Somerled looked from one to the other of the three women. It was to Cathula that he spoke. “Tell Saor that he and the others should stay, if so they wish.” To the Queen he bowed. But he took Ragnhilde’s arm. “I am honoured,” he said. “Come, then . . .”
The Papal Legate appeared to be asleep.
“You obtained what you came for, my lord King?” the girl asked, as they stepped out into the night air.
“I did. Thanks perhaps, in some measure, to yourself?”
“I could say only a word. But I am glad. You will perceive something of my father’s problems.”
“I perceive also that he has a notable daughter, whatever his sons may be!”
“I do what I can. And my true brother, Godfrey, is very different . . .” At the door of his quarters she paused. “I wish you a good night, my lord. For how long do you stay with us?”

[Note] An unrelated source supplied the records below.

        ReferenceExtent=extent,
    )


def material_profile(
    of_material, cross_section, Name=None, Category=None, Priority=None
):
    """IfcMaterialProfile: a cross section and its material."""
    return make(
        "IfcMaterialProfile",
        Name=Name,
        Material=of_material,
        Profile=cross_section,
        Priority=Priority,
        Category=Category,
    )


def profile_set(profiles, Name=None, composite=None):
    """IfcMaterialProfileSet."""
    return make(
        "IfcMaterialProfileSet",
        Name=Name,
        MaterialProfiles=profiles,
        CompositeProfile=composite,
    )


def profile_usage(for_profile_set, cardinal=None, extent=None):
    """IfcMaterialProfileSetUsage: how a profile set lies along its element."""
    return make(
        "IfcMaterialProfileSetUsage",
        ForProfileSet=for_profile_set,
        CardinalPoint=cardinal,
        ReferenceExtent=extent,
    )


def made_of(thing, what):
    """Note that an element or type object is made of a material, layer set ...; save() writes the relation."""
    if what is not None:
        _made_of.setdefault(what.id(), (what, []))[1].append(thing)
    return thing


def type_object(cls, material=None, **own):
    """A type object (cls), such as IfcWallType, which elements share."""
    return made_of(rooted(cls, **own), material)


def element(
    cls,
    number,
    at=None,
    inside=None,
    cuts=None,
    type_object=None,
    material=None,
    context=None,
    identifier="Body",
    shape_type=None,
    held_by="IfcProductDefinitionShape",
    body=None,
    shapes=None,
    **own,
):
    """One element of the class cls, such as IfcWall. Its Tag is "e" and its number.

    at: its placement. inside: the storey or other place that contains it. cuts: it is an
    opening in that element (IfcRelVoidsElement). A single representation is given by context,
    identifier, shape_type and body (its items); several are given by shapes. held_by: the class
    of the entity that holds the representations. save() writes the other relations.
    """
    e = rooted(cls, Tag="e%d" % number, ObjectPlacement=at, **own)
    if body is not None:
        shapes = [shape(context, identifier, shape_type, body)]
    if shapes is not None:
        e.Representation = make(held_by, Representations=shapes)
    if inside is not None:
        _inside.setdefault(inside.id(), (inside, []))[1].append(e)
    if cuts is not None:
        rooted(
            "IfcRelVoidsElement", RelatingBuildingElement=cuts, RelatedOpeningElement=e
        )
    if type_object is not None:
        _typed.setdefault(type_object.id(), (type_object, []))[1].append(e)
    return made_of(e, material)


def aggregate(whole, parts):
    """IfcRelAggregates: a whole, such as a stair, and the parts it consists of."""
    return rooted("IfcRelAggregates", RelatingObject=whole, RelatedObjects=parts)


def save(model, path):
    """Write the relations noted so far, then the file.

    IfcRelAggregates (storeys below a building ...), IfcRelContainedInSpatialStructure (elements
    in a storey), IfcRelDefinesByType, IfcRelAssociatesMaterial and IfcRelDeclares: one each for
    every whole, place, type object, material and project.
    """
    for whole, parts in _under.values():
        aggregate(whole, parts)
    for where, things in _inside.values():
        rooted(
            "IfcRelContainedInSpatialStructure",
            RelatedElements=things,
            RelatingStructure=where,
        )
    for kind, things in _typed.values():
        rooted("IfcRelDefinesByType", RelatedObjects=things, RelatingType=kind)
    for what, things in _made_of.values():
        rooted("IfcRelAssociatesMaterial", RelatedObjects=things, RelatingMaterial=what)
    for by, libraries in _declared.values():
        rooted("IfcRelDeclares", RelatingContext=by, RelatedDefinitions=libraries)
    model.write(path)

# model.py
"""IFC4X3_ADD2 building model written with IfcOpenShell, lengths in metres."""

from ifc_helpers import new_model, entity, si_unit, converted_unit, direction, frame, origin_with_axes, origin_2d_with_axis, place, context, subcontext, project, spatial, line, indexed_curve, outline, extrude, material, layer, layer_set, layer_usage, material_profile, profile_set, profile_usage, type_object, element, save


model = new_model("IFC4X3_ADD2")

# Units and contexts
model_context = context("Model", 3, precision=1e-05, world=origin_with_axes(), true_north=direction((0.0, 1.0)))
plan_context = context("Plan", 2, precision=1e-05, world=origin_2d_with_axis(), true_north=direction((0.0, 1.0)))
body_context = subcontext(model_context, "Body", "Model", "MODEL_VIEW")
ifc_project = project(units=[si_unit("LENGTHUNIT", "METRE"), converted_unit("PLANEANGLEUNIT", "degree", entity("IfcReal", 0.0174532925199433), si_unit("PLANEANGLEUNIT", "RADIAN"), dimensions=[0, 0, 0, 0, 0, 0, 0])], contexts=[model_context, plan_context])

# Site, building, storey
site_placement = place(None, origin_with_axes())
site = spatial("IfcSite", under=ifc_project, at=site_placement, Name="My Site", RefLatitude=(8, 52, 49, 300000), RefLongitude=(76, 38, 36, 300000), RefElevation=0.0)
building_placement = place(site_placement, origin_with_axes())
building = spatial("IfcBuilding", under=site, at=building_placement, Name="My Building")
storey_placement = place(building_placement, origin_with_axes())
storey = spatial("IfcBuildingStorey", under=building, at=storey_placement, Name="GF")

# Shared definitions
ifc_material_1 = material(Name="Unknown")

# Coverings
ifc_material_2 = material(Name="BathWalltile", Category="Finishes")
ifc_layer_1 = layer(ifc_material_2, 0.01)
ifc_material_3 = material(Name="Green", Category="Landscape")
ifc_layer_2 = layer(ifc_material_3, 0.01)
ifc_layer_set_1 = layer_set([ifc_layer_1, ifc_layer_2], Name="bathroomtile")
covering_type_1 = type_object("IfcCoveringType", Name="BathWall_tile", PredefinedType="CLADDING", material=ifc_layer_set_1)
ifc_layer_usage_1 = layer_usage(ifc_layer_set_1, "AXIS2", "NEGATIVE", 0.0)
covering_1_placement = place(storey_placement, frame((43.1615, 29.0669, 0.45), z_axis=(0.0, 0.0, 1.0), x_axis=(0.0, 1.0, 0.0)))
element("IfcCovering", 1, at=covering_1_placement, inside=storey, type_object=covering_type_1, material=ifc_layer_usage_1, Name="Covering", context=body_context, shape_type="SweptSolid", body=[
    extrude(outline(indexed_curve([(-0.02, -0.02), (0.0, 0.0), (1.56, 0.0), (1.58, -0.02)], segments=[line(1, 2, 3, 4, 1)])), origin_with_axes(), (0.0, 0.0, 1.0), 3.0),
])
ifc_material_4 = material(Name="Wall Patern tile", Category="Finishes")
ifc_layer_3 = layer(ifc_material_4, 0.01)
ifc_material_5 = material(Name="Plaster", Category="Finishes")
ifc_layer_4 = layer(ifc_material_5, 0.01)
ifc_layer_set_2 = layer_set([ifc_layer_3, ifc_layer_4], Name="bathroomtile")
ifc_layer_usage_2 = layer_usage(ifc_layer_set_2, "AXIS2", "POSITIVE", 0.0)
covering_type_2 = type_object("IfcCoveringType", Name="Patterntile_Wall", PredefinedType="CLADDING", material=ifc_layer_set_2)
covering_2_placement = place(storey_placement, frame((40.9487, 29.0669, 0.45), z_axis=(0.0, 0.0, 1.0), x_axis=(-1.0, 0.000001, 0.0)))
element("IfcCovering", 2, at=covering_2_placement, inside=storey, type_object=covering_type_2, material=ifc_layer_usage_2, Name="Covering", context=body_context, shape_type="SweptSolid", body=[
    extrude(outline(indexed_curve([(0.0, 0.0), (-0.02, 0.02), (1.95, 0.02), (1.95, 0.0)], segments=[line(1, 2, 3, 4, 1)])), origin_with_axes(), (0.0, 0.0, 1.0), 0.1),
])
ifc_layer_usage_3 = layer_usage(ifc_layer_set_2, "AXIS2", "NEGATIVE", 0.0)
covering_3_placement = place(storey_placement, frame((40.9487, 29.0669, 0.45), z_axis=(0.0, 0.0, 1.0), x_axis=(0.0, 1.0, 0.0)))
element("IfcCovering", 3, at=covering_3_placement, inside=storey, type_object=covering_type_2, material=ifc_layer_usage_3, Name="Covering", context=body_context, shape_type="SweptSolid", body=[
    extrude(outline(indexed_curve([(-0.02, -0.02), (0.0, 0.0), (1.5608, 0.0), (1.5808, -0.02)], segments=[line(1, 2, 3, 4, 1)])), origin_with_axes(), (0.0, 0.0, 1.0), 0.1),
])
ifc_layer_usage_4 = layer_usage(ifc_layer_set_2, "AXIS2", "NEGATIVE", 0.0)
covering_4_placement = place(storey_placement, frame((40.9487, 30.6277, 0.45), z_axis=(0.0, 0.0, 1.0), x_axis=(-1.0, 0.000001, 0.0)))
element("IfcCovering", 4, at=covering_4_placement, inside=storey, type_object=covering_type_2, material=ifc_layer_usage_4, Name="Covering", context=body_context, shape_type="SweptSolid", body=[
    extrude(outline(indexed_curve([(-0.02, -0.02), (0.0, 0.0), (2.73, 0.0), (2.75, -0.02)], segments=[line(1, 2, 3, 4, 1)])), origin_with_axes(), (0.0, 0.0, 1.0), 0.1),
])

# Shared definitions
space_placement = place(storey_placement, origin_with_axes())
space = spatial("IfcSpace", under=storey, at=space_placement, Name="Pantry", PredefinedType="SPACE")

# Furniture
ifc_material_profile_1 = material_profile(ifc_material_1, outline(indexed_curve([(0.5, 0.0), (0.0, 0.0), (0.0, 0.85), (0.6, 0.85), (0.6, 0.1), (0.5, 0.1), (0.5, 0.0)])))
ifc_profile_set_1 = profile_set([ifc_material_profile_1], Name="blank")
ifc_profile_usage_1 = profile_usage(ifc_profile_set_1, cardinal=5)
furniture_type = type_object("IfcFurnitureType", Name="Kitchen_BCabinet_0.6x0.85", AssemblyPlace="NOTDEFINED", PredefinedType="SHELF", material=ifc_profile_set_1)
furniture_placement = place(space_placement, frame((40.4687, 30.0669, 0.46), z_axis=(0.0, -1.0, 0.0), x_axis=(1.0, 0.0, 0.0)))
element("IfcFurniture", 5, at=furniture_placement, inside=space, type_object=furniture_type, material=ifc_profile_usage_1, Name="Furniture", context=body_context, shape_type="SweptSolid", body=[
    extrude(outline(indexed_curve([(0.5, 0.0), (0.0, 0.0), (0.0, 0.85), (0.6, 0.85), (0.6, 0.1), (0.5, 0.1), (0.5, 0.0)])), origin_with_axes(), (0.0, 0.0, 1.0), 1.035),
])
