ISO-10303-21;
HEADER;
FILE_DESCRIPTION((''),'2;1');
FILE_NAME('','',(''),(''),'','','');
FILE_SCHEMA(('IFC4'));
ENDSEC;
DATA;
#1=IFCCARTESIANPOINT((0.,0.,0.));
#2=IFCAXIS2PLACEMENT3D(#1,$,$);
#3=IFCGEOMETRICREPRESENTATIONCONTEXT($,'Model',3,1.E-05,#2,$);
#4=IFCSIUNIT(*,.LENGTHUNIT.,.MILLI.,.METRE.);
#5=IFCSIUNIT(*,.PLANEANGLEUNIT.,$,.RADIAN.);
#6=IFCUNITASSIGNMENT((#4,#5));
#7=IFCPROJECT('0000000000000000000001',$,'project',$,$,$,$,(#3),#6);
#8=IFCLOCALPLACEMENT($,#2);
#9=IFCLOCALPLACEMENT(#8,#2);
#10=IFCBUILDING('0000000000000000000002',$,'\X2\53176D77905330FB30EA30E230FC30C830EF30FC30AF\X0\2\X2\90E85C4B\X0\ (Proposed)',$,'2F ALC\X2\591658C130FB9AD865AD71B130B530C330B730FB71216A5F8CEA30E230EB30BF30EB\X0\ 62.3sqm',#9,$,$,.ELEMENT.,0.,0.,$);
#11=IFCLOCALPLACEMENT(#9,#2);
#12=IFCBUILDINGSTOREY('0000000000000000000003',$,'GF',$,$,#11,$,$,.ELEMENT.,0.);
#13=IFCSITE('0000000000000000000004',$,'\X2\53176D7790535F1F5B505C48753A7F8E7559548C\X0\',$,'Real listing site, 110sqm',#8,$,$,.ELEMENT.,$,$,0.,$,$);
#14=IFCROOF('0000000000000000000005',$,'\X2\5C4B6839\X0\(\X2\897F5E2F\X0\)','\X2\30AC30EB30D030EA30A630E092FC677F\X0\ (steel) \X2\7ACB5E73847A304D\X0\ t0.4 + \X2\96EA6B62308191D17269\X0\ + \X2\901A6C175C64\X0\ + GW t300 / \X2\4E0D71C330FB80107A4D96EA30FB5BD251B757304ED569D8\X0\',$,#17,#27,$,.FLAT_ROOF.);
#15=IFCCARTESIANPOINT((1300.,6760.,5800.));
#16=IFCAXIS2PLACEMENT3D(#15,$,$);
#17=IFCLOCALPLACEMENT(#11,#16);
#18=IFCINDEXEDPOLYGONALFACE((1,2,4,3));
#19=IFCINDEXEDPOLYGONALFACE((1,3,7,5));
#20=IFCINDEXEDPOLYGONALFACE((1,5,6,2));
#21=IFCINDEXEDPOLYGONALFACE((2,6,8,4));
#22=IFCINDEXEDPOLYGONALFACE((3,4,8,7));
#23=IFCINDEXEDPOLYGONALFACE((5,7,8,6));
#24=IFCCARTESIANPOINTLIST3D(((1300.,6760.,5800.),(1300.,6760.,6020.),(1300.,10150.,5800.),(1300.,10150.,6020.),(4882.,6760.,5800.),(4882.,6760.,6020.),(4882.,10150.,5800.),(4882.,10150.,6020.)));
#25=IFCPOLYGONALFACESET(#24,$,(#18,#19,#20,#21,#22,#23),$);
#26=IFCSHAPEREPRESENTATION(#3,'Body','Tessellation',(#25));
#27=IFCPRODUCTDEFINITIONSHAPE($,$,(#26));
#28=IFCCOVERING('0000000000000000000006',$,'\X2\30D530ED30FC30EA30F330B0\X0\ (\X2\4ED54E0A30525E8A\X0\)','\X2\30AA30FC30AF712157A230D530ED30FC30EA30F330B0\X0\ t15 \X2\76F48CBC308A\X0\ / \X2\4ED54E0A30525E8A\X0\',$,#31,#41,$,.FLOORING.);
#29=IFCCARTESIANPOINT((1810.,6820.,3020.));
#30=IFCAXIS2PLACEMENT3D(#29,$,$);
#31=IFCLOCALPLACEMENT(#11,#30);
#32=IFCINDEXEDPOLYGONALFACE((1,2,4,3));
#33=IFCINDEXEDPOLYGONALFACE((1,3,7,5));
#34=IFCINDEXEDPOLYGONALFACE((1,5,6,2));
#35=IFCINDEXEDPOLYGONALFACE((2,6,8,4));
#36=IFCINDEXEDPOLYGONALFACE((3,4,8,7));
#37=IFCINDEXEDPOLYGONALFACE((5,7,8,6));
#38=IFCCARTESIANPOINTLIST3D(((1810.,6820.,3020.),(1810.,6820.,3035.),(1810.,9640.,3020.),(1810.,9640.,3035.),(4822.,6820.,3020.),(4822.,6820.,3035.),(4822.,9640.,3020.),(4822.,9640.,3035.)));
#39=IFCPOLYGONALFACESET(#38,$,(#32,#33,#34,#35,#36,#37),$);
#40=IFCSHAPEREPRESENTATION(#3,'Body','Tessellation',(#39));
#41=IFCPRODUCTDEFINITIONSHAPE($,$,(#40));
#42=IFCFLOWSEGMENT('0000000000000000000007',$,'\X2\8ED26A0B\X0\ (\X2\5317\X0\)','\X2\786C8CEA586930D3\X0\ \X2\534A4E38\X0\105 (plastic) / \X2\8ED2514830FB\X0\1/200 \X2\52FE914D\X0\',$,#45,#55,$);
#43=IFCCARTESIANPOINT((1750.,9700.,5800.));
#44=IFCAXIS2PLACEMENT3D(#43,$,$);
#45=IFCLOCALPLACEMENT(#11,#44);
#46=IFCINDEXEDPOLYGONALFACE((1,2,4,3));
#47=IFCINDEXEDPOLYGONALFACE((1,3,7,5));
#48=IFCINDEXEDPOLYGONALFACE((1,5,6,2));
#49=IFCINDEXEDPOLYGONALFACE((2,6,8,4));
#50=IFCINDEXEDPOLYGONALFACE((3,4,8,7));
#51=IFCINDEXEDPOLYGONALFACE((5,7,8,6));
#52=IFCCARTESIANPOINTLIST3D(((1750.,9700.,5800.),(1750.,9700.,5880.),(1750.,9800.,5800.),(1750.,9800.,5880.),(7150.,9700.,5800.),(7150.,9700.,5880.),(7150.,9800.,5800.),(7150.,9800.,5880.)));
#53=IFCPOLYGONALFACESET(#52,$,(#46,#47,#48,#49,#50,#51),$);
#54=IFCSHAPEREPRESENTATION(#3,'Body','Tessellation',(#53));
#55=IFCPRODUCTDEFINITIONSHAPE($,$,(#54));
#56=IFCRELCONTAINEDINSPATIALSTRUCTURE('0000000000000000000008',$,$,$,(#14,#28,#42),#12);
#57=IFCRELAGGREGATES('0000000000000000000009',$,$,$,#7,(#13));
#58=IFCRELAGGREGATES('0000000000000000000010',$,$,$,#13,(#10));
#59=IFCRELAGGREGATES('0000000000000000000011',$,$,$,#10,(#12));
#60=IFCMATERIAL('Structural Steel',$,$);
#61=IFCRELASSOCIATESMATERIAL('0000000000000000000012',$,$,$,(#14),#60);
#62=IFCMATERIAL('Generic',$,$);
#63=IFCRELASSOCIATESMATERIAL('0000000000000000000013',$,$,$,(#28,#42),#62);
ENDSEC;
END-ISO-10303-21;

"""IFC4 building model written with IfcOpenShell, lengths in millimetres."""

from ifc_helpers import new_model, si_unit, frame, frame_2d, origin, place, context, project, spatial, rectangle, extrude, material, element, save


model = new_model("IFC4")

# Units and contexts
model_context = context("Model", 3, precision=1e-05, world=origin())
ifc_project = project(units=[si_unit("LENGTHUNIT", "METRE", prefix="MILLI"), si_unit("PLANEANGLEUNIT", "RADIAN")], contexts=[model_context])

# Site, building, storey
site_placement = place(None, origin())
site = spatial("IfcSite", under=ifc_project, at=site_placement, Name="北海道弟子屈町美留和", ObjectType="Real listing site, 110sqm", CompositionType="ELEMENT", RefElevation=0.0)
building_placement = place(site_placement, origin())
building = spatial("IfcBuilding", under=site, at=building_placement, Name="北海道・リモートワーク2部屋 (Proposed)", ObjectType="2F ALC外壁・高断熱サッシ・無機質モルタル 62.3sqm", CompositionType="ELEMENT", ElevationOfRefHeight=0.0, ElevationOfTerrain=0.0)
storey_placement = place(building_placement, origin())
storey = spatial("IfcBuildingStorey", under=building, at=storey_placement, Name="GF", CompositionType="ELEMENT", Elevation=0.0)

# Roof
ifc_material_1 = material(Name="Structural Steel")
for number, where, name in (
    (1, (1300.0, 6760.0, 5800.0), "屋根(西帯)"),
):
    element("IfcRoof", number, at=place(storey_placement, frame(where)), inside=storey, material=ifc_material_1, Name=name, Description="ガルバリウム鋼板 (steel) 立平葺き t0.4 + 雪止め金物 + 通気層 + GW t300 / 不燃・耐積雪・寒冷地仕様", PredefinedType="FLAT_ROOF", context=model_context, shape_type="SweptSolid", body=[
        extrude(rectangle(XDim=3582.0, YDim=3390.0, at=frame_2d((1791.0, 1695.0))), frame((1300.0, 6760.0, 5800.0)), (0.0, 0.0, 1.0), 220.0),
    ])

# Covering
ifc_material_2 = material(Name="Generic")
covering_placement = place(storey_placement, frame((1810.0, 6820.0, 3020.0)))
element("IfcCovering", 2, at=covering_placement, inside=storey, material=ifc_material_2, Name="フローリング (仕上げ床)", Description="オーク無垢フローリング t15 直貼り / 仕上げ床", PredefinedType="FLOORING", context=model_context, shape_type="SweptSolid", body=[
    extrude(rectangle(XDim=3012.0, YDim=2820.0, at=frame_2d((1506.0, 1410.0))), frame((1810.0, 6820.0, 3020.0)), (0.0, 0.0, 1.0), 15.0),
])

# Flow segment
flow_segment_placement = place(storey_placement, frame((1750.0, 9700.0, 5800.0)))
element("IfcFlowSegment", 3, at=flow_segment_placement, inside=storey, material=ifc_material_2, Name="軒樋 (北)", Description="硬質塩ビ 半丸105 (plastic) / 軒先・1/200 勾配", context=model_context, shape_type="SweptSolid", body=[
    extrude(rectangle(XDim=5400.0, YDim=100.0, at=frame_2d((2700.0, 50.0))), frame((1750.0, 9700.0, 5800.0)), (0.0, 0.0, 1.0), 80.0),
])

save(model, "model.ifc")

“I must leave in the morning. I left my eight ships at your St. Michael’s Haven. And my fleet awaits me at Rothesay Bay, in Bute.”

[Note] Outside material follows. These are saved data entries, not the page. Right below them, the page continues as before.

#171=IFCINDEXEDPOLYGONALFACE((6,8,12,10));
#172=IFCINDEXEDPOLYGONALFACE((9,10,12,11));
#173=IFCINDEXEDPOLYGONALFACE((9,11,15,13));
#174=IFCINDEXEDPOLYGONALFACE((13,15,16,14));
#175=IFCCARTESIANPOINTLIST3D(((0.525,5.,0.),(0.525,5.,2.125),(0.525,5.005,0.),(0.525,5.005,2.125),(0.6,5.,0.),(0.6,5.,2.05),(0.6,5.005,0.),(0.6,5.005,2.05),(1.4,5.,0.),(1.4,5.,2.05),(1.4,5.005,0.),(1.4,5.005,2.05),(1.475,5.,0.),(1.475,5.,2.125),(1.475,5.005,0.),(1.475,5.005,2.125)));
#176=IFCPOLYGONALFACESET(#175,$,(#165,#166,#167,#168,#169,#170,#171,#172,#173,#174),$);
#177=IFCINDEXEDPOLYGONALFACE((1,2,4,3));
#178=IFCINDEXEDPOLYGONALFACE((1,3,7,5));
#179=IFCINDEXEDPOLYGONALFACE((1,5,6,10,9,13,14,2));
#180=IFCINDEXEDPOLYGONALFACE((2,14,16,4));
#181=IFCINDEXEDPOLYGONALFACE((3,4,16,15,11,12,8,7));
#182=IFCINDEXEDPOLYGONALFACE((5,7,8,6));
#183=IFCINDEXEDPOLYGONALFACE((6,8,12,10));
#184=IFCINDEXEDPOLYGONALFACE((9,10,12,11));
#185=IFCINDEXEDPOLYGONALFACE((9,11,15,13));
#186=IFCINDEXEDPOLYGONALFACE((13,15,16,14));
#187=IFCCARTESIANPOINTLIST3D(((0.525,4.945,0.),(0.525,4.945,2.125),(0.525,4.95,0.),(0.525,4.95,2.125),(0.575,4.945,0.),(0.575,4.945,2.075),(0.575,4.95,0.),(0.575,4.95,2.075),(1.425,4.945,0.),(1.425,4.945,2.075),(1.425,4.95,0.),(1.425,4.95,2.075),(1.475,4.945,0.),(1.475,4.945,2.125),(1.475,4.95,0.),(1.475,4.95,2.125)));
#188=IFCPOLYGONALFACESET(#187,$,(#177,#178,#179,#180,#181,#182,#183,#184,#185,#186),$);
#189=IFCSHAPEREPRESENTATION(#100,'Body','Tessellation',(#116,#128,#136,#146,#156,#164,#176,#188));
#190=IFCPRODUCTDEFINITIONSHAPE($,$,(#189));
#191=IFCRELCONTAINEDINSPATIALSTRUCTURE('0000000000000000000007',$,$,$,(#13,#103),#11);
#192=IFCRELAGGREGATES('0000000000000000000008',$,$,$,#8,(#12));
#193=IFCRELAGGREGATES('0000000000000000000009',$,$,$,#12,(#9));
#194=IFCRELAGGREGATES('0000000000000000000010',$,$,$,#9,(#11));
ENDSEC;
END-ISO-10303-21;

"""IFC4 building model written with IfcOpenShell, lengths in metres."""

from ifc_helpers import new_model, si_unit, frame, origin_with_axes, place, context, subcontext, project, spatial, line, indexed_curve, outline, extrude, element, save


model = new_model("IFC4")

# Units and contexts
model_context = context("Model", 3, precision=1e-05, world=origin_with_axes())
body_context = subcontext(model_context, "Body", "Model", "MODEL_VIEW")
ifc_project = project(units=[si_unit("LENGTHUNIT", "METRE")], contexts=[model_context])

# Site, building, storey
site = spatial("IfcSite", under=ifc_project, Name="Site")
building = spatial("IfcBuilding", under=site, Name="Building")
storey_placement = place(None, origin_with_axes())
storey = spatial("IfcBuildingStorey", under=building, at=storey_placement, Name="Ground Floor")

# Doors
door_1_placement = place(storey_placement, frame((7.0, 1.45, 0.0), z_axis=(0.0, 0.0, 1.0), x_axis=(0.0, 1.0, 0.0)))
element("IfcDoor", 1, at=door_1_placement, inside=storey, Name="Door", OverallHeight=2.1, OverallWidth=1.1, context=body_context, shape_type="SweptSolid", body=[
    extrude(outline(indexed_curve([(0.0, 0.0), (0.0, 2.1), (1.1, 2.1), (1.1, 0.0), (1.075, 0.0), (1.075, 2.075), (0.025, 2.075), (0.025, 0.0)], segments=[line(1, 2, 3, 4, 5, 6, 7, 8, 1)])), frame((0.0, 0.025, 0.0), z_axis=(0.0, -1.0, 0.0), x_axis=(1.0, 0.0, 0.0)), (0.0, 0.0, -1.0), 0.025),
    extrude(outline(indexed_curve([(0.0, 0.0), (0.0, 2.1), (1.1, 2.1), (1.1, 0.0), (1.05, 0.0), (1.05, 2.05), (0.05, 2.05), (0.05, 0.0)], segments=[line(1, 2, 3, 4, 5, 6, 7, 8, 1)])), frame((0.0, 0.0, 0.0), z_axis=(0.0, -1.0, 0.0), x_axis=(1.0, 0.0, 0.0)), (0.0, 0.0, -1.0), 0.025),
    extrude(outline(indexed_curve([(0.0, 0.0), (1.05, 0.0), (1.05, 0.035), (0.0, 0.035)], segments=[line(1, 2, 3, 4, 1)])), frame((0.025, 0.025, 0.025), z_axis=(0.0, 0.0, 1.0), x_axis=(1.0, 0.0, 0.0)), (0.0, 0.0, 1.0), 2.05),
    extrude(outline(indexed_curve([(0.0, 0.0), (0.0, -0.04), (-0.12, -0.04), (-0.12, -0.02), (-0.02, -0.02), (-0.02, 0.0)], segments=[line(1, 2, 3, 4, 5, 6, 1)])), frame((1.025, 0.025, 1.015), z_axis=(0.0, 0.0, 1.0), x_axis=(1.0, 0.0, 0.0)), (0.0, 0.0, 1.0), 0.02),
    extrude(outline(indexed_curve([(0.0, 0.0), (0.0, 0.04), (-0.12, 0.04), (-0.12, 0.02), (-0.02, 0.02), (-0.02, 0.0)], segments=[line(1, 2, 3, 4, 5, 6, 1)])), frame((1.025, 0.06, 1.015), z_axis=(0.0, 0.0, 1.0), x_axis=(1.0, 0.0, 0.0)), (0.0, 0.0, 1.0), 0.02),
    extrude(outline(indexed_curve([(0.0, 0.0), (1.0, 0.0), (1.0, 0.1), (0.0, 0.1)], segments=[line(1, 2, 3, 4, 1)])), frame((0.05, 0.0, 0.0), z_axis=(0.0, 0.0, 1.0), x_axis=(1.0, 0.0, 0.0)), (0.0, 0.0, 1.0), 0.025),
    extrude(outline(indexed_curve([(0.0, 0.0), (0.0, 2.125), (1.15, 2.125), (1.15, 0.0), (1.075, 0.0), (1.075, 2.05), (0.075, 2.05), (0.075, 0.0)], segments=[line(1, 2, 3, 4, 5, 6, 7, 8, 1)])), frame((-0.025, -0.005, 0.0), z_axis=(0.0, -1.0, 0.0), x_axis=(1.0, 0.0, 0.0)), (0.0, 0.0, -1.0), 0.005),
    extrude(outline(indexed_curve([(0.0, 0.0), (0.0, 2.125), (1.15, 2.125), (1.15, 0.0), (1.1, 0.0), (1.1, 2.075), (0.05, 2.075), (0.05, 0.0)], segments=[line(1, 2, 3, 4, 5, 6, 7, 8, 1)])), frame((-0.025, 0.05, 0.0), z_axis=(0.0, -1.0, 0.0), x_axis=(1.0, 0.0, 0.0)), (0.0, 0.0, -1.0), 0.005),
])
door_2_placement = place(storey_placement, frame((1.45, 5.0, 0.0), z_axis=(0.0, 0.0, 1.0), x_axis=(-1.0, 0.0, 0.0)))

“So short a visit. I am sorry.”
“So am I. But . . . now that your father and I are in friendship and league, there will be other meetings . . .”
Cathula came, with MacFerdoch. “The others wait,” she reported. “More fools them! We are better in our bed, my lord, you and I!”
Without another word, Ragnhilde turned and left them.
“A plague on you, Cathula MacIan!” Somerled exclaimed. “You . . . you find your own bed this night!” And he stamped into the house.
In the morning they did not have to walk the miles to St. Michael’s Haven, Ragnhilde providing horses and accompanying them herself. They took leave of Olaf, genial in his bed, and got a cheerful farewell and some sort of benediction from St. Malachy, who seemed to find life unfailingly amusing, and Old Satanicus, the Devil, a foe with whom it was a pleasure to deal. There was no sign of Olaf’s bastards.
On the road back to the haven, Ragnhilde was quiet, reserved; but when they came to say goodbye at the quayside she seemed genuinely affected, although she kept glancing over at Cathula. For his part Somerled found the parting moving, and assured her he would be back. He was not usually concerned over the presence of others, but on this occasion he felt much inhibited, for some reason. The actual leave-taking was somewhat abrupt.
It was as the dragon-ship drew away from the jetty, with Cathula efficiently ordering the oarsmen in the quite complicated process, and Somerled staring back at the single slight figure who stood beside the horses watching them go, that Saor MacNeil made his comment.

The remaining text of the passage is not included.